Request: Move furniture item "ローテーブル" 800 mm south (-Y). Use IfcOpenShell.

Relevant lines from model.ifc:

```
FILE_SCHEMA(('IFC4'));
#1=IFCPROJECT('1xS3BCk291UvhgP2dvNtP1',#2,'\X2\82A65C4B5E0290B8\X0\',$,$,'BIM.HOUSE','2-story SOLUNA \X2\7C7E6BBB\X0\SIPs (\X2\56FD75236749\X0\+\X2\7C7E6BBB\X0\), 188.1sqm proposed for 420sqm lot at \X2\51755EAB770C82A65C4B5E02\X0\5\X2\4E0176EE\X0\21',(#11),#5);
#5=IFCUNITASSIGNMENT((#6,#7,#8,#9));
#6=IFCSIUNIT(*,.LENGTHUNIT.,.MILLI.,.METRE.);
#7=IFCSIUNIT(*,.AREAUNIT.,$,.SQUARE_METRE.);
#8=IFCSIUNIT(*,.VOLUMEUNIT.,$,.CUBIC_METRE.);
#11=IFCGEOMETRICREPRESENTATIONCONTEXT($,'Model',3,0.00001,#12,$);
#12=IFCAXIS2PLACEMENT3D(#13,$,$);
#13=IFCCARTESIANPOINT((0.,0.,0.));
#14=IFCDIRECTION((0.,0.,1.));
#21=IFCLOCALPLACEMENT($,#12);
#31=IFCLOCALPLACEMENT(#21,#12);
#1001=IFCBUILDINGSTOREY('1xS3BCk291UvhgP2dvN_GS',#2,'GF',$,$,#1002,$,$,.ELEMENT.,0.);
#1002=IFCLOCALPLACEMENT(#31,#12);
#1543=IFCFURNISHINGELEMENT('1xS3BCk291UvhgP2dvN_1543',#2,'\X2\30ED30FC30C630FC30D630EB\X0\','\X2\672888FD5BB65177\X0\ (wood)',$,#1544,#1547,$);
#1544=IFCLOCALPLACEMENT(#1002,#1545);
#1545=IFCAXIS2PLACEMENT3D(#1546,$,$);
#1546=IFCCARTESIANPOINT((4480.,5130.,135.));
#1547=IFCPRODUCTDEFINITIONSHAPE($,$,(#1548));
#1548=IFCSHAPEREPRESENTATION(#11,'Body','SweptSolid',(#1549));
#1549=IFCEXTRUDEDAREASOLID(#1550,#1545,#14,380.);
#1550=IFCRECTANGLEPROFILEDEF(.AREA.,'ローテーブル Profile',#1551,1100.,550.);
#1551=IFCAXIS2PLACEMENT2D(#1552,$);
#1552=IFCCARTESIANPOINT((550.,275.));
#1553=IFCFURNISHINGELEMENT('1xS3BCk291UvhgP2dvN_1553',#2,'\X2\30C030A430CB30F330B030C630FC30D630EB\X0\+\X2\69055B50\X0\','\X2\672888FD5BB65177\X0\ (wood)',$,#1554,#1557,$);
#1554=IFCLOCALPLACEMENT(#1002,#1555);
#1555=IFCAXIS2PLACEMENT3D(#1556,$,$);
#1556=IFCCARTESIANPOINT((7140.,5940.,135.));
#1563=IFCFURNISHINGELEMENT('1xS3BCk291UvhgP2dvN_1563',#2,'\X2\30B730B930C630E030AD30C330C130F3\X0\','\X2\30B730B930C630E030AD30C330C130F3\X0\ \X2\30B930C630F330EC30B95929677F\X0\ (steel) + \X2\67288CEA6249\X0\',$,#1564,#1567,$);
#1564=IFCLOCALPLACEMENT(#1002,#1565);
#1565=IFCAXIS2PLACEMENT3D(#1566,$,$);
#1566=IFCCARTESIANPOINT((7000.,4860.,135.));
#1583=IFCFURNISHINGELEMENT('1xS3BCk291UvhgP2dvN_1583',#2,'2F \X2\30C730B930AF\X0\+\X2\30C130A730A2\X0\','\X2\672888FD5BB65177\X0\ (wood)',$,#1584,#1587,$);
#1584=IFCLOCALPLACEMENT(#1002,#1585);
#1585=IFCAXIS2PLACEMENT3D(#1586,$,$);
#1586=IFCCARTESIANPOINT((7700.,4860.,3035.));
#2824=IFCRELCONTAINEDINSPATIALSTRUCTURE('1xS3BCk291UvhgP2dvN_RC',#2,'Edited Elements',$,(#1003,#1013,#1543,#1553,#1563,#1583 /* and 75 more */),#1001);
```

```python
import ifcopenshell
import ifcopenshell.api.geometry
import ifcopenshell.util.placement

model = ifcopenshell.open("model.ifc")

item = model.by_id(1543)
matrix = ifcopenshell.util.placement.get_local_placement(item.ObjectPlacement)
matrix[1, 3] -= 800.0
ifcopenshell.api.geometry.edit_object_placement(model, product=item, matrix=matrix, is_si=False)

print(ifcopenshell.util.placement.get_local_placement(item.ObjectPlacement).round(3) + 0.0)

model.write("model_updated.ifc")
```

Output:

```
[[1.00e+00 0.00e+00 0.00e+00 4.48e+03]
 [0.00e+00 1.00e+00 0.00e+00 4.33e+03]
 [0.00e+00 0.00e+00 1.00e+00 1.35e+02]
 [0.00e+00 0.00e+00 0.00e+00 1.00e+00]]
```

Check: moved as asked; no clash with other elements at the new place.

==========

■ What is expected ■
Every record must be set down again exactly.

■ Output of the exercise ■
Request: Move furniture item "ローテーブル" 800 mm south (-Y). Use IfcOpenShell.

Relevant lines from model.ifc:

```
FILE_SCHEMA(('IFC4'));
#1=IFCPROJECT('1xS3BCk291UvhgP2dvNtP1',#2,'\X2\82A65C4B5E0290B8\X0\',$,$,'BIM.HOUSE','2-story SOLUNA \X2\7C7E6BBB\X0\SIPs (\X2\56FD75236749\X0\+\X2\7C7E6BBB\X0\), 188.1sqm proposed for 420sqm lot at \X2\51755EAB770C82A65C4B5E02\X0\5\X2\4E0176EE\X0\21',(#11),#5);
#5=IFCUNITASSIGNMENT((#6,#7,#8,#9));
#6=IFCSIUNIT(*,.LENGTHUNIT.,.MILLI.,.METRE.);
#7=IFCSIUNIT(*,.AREAUNIT.,$,.SQUARE_METRE.);
#8=IFCSIUNIT(*,.VOLUMEUNIT.,$,.CUBIC_METRE.);
#11=IFCGEOMETRICREPRESENTATIONCONTEXT($,'Model',3,0.00001,#12,$);
#12=IFCAXIS2PLACEMENT3D(#13,$,$);
#13=IFCCARTESIANPOINT((0.,0.,0.));
#14=IFCDIRECTION((0.,0.,1.));
#21=IFCLOCALPLACEMENT($,#12);
#31=IFCLOCALPLACEMENT(#21,#12);
#1001=IFCBUILDINGSTOREY('1xS3BCk291UvhgP2dvN_GS',#2,'GF',$,$,#1002,$,$,.ELEMENT.,0.);
#1002=IFCLOCALPLACEMENT(#31,#12);
#1543=IFCFURNISHINGELEMENT('1xS3BCk291UvhgP2dvN_1543',#2,'\X2\30ED30FC30C630FC30D630EB\X0\','\X2\672888FD5BB65177\X0\ (wood)',$,#1544,#1547,$);
#1544=IFCLOCALPLACEMENT(#1002,#1545);
#1545=IFCAXIS2PLACEMENT3D(#1546,$,$);
#1546=IFCCARTESIANPOINT((4480.,5130.,135.));
#1547=IFCPRODUCTDEFINITIONSHAPE($,$,(#1548));
#1548=IFCSHAPEREPRESENTATION(#11,'Body','SweptSolid',(#1549));
#1549=IFCEXTRUDEDAREASOLID(#1550,#1545,#14,380.);
#1550=IFCRECTANGLEPROFILEDEF(.AREA.,'ローテーブル Profile',#1551,1100.,550.);
#1551=IFCAXIS2PLACEMENT2D(#1552,$);
#1552=IFCCARTESIANPOINT((550.,275.));
#1553=IFCFURNISHINGELEMENT('1xS3BCk291UvhgP2dvN_1553',#2,'\X2\30C030A430CB30F330B030C630FC30D630EB\X0\+\X2\69055B50\X0\','\X2\672888FD5BB65177\X0\ (wood)',$,#1554,#1557,$);
#1554=IFCLOCALPLACEMENT(#1002,#1555);
#1555=IFCAXIS2PLACEMENT3D(#1556,$,$);
#1556=IFCCARTESIANPOINT((7140.,5940.,135.));
#1563=IFCFURNISHINGELEMENT('1xS3BCk291UvhgP2dvN_1563',#2,'\X2\30B730B930C630E030AD30C330C130F3\X0\','\X2\30B730B930C630E030AD30C330C130F3\X0\ \X2\30B930C630F330EC30B95929677F\X0\ (steel) + \X2\67288CEA6249\X0\',$,#1564,#1567,$);
#1564=IFCLOCALPLACEMENT(#1002,#1565);
#1565=IFCAXIS2PLACEMENT3D(#1566,$,$);
#1566=IFCCARTESIANPOINT((7000.,4860.,135.));
#1583=IFCFURNISHINGELEMENT('1xS3BCk291UvhgP2dvN_1583',#2,'2F \X2\30C730B930AF\X0\+\X2\30C130A730A2\X0\','\X2\672888FD5BB65177\X0\ (wood)',$,#1584,#1587,$);
#1584=IFCLOCALPLACEMENT(#1002,#1585);
#1585=IFCAXIS2PLACEMENT3D(#1586,$,$);
#1586=IFCCARTESIANPOINT((7700.,4860.,3035.));
#2824=IFCRELCONTAINEDINSPATIALSTRUCTURE('1xS3BCk291UvhgP2dvN_RC',#2,'Edited Elements',$,(#1003,#1013,#1543,#1553,#1563,#1583 /* and 75 more */),#1001);
```

```python
import ifcopenshell
import ifcopenshell.api.geometry
import ifcopenshell.util.placement

model = ifcopenshell.open("model.ifc")

item = model.by_id(1543)
matrix = ifcopenshell.util.placement.get_local_placement(item.ObjectPlacement)
matrix[1, 3] -= 800.0
ifcopenshell.api.geometry.edit_object_placement(model, product=item, matrix=matrix, is_si=False)

print(ifcopenshell.util.placement.get_local_placement(item.ObjectPlacement).round(3) + 0.0)

model.write("model_updated.ifc")
```

Output:

```
[[1.00e+00 0.00e+00 0.00e+00 4.48e+03]
 [0.00e+00 1.00e+00 0.00e+00 4.33e+03]
 [0.00e+00 0.00e+00 1.00e+00 1.35e+02]
 [0.00e+00 0.00e+00 0.00e+00 1.00e+00]]
```

Check: moved as asked; no clash with other elements at the new place.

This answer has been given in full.